Abstract

Background: Prior studies support the prognostic role of left atrial (LA) volume in predicting overall mortality in mitral valve prolapse (MVP). However, the prognostic impact of LA function on cardiac outcome as quantified by speckle tracking echocardiography (STE) is unknown. Moreover, whether the mitral leaflet “atrialization” observed in bileaflet MVP with mitral annular disjunction (MAD) affects LA function irrespective of mitral regurgitation (MR) severity remains unclear.
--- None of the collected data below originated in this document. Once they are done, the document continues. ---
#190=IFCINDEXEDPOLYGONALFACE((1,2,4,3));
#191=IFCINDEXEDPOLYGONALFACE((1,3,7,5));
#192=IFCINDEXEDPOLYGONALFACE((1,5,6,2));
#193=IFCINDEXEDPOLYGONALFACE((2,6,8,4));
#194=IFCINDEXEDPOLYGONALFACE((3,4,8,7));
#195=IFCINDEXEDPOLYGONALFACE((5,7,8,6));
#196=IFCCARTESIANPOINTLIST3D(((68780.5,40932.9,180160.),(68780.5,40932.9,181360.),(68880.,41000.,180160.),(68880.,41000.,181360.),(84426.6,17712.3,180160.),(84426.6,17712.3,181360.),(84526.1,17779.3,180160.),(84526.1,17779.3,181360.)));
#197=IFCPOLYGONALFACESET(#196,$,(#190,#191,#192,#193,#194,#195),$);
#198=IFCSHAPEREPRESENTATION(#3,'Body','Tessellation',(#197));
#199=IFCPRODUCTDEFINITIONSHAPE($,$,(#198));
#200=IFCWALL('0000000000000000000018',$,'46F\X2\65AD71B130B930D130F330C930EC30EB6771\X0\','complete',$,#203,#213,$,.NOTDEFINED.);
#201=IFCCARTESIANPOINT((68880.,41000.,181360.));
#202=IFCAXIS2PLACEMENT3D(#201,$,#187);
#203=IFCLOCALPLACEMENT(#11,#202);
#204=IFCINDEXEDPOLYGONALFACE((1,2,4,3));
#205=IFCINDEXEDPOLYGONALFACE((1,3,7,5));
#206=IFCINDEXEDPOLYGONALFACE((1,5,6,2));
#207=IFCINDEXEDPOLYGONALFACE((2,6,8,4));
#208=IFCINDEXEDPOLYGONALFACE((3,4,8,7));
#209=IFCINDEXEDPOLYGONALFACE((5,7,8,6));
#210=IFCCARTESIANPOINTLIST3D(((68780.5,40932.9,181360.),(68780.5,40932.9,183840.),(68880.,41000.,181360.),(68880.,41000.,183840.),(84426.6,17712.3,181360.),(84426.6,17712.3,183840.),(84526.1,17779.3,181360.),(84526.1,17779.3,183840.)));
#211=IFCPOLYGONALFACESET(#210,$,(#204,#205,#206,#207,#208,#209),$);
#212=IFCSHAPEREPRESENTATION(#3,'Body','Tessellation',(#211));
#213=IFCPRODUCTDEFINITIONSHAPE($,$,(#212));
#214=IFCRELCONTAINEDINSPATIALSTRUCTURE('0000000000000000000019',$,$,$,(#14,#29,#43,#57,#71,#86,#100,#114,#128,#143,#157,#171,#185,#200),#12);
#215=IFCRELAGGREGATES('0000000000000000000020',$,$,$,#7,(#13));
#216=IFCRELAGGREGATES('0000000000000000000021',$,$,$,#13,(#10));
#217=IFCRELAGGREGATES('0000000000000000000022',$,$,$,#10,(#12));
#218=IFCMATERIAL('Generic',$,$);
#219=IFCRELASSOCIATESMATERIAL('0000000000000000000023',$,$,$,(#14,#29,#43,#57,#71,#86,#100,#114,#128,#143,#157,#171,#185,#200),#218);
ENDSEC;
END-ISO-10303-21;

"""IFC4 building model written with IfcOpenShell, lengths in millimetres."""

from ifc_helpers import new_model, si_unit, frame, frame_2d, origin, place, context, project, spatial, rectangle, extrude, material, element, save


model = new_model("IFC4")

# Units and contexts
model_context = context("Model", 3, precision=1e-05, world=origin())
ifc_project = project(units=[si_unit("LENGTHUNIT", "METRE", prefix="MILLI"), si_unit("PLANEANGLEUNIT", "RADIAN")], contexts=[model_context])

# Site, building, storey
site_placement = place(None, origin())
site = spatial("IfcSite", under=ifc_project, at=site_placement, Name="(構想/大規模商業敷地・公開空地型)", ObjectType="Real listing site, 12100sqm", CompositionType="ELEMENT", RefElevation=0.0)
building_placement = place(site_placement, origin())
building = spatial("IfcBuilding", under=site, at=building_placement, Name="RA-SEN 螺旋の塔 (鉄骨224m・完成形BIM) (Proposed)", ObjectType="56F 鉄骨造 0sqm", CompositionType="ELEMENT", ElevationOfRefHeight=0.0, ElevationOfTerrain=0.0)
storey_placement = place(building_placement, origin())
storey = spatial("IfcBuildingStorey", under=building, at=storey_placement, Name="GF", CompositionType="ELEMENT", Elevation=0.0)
We sought to investigate the prognostic role of LA global longitudinal strain (LAGLS) and MVP subtype in a large registry of MVP patients with various degrees of MR. Methods: We identified 411 consecutive patients (59±17 years, 52% women) with MVP and clinical, echocardiographic and outcome data. LAGLS was measured offline using STE. Survival analysis was performed to assess the composite risk of cardiac death, heart failure hospitalization, or new onset of atrial fibrillation. Results: Compared to other MVP subtypes, bileaftlet MVP had lower LAGLS regardless of MR severity ( Fig 1A&1B ). Of note, in the subgroup with no or mild MR, LAGLS was significantly lower in bileaflet compared to posterior MVP (p=0.003). There was a trend toward lower LAGLS according to MVP with vs without MAD (p=0.08) ( Fig 1C ). In multivariable linear regression adjusted for several risk factors, including MR grade, bileaflet MVP remained significantly associated with lower LAGLS (p=0.003). A total of 79 cardiovascular events occurred during a mean follow-up of 4.6±2.9 years. There was a significant increase in the risk of events as LAGLS decreased (log-rank: p<0.001) ( Fig 1D ). Conclusion: Bileaflet MVP is associated with lower LAGLS regardless of MR severity, suggesting a primary atriopathy in this MVP subtype. Abnormal LAGLS is linked to higher risk of cardiovascular events. Hence, assessment of LA function using STE may help improve risk stratification in MVP and could represent a useful tool in clinical practice.